O presidente da Appsiq aponta que a psiquiatria pode oferecer o suporte necessário para esses casais. “Em primeiro lugar, é preciso admitir que o casal precisa de ajuda e que não há apenas um culpado. Assim, é possível iniciar o tratamento, dividir responsabilidades e resgatar o respeito, muitas vezes perdido. Dessa forma, haverá enorme chance de reconciliação”, afirma Júlio Dutra. A vida a dois, conforme o médico, pressupõe cumplicidade, inclusive nos momentos de enfrentar os desafios e obstáculos. “Juntos, os cônjuges podem vencer as intempéries do casamento, mesmo que tenham origem em problemas individuais”, diz.

Responsabilidade e maturidade

Júlio Dutra explica que, quando alguém decide engatar um relacionamento sério, passa a ter, sobre a outra pessoa, uma responsabilidade afetiva. “Isso significa que é preciso ter responsabilidade sobre os sentimentos alheios. Aquele ditado de que ‘você se torna eternamente responsável pelo que cativas’ cabe muito bem nessa situação. Afinal, é preciso sempre dizer a verdade, dizer o que sente, dizer o que não sente”, explica o psiquiatra. O médico aponta que um cônjuge é responsável pelo sentimento que transmite e pelas expectativas que cria ao outro.

E isso pressupõe ter maturidade emocional. “Para entender e compreender a responsabilidade que temos pelo sentimento do outro, é preciso ser maduro, ter a capacidade de lidar com as próprias emoções e ter coragem para encarar de frente as situações”, afirma o especialista. Segundo Dutra, um relacionamento conjugal sempre terá frustrações de ambos os lados. “Por isso, é necessário dizer sempre a verdade, por mais dura que seja, ser tolerante, aceitar as diferenças e encarar as frustrações. Afinal, ninguém é perfeito e, uma hora ou outra, iremos nos frustrar com nossa cara metade”.

Individualidade

Pesquisas apontam e especialistas defendem que um casamento deve preservar a individualidade de cada cônjuge para ser bem-sucedido. “Essa é a base para uma união feliz e estável”, afirma Júlio Dutra. Isso quer dizer que, para além da coletividade, das decisões que se tomam juntos, é preciso respeitar as vontades e desejos de cada um dos parceiros. “Muitos casais, por exemplo, dormem em camas ou casas separadas e isso faz toda a diferença no relacionamento.
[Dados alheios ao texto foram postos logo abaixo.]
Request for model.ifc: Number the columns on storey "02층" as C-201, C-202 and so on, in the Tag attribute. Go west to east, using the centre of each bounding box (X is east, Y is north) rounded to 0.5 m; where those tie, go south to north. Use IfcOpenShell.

First a look at what the model holds.

```python
import ifcopenshell
import ifcopenshell.util.element
import ifcopenshell.util.placement

model = ifcopenshell.open("model.ifc")
print(model.schema)
storey = next(s for s in model.by_type("IfcBuildingStorey") if s.Name == "02층")
columns = [e for e in ifcopenshell.util.element.get_decomposition(storey) if e.is_a("IfcColumn")]
for e in sorted(columns, key=lambda e: e.id()):
    origin = ifcopenshell.util.placement.get_local_placement(e.ObjectPlacement)[:3, 3]
    print(e.id(), e.Tag, e.Name, origin.round(2) + 0.0, sep=" | ")
```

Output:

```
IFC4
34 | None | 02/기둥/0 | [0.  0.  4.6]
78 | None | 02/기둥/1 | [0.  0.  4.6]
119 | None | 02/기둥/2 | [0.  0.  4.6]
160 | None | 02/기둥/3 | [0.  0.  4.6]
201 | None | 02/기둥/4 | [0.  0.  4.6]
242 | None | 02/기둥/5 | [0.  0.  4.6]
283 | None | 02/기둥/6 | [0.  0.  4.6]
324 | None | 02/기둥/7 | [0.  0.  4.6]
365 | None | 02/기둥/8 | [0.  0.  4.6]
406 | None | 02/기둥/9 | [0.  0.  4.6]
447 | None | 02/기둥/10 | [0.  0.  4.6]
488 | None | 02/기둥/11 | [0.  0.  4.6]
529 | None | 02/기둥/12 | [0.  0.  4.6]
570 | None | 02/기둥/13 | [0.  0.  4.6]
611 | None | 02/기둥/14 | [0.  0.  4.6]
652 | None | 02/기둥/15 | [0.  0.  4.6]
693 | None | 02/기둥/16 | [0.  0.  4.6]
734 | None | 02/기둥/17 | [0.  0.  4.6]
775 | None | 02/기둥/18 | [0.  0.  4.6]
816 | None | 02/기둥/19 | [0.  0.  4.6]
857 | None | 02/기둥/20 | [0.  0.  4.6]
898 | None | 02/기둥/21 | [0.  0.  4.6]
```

```python
import ifcopenshell
import ifcopenshell.geom
import ifcopenshell.util.element
import ifcopenshell.util.shape

model = ifcopenshell.open("model.ifc")
settings = ifcopenshell.geom.settings()
settings.set("use-world-coords", True)


def centre(element):
    shape = ifcopenshell.geom.create_shape(settings, element)
    return ifcopenshell.util.shape.get_bbox_centroid(shape.geometry)


storey = next(s for s in model.by_type("IfcBuildingStorey") if s.Name == "02층")
columns = [e for e in ifcopenshell.util.element.get_decomposition(storey) if e.is_a("IfcColumn")]

# Insertion points can sit at a corner or the storey origin, so sort by the geometry (in metres).
centres = {e: centre(e) for e in columns}
columns.sort(key=lambda e: (round(centres[e][0] / 0.5), centres[e][1]))

for i, e in enumerate(columns, start=1):
    number = f"C-2{i:02d}"
    e.Tag = number
    print(e.id(), number)

model.write("model_updated.ifc")
```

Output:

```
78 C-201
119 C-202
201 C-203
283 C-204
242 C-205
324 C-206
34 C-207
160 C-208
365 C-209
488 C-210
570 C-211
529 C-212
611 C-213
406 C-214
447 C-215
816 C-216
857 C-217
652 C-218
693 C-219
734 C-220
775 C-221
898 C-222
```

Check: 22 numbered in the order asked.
Ás vezes, cada um precisa ter seu momento individual para poder reconectar-se consigo mesmo e, assim, oferecer o melhor ao outro”, diz.

O presidente da Appsiq aponta que, para poder ser um bom cônjuge, cada qual precisa, antes, saber se amar e se respeitar. “Muitos têm medo de ficar sozinhos e acabam se casando com a primeira pessoa que aparece. Mas, para poder ser um bom marido ou uma boa esposa, primeiro é necessário encontrar-se consigo mesmo”, avalia o médico. Júlio Dutra aponta que a saúde mental do casal precisa estar em ordem e isso já se torna um grande desafio nos dias atuais.

Separações

Hoje em dia, o rompimento de uma relação não é mais o fim do mundo como era décadas ou séculos atrás. E, assim, as separações entre casais passaram a ser ressignificadas. “A separação atualmente não precisa mais ser traumática, hostil e dificultosa como era antes. Pode ser no mínimo amistosa e respeitosa, tomando em conta o tempo em que passaram juntos, que, inquestionavelmente, contribuiu um com o outro e que ajudou a construir quem é cada um”, explica Dutra.

O que não cabe mais no mundo atual, na avaliação do psiquiatra, é manter uma relação por objetivos econômicos e financeiros, uma relação em que haja dependência emocional, agressões físicas, relação tóxica, além de se manter casado para atender expectativas da sociedade. “Quando situações como essas fazem parte da rotina do casal, é preciso repensar sobre a relação. Buscar ajuda é o primeiro passo para conseguir avaliar se não está na hora de colocar um ponto final antes que a situação piore. A psiquiatria pode ajudar e interpreta que não há problema algum em terminar, afinal, todos viemos ao mundo em busca da felicidade e quando interpretamos que a tristeza está dominando, então, é hora de agir”.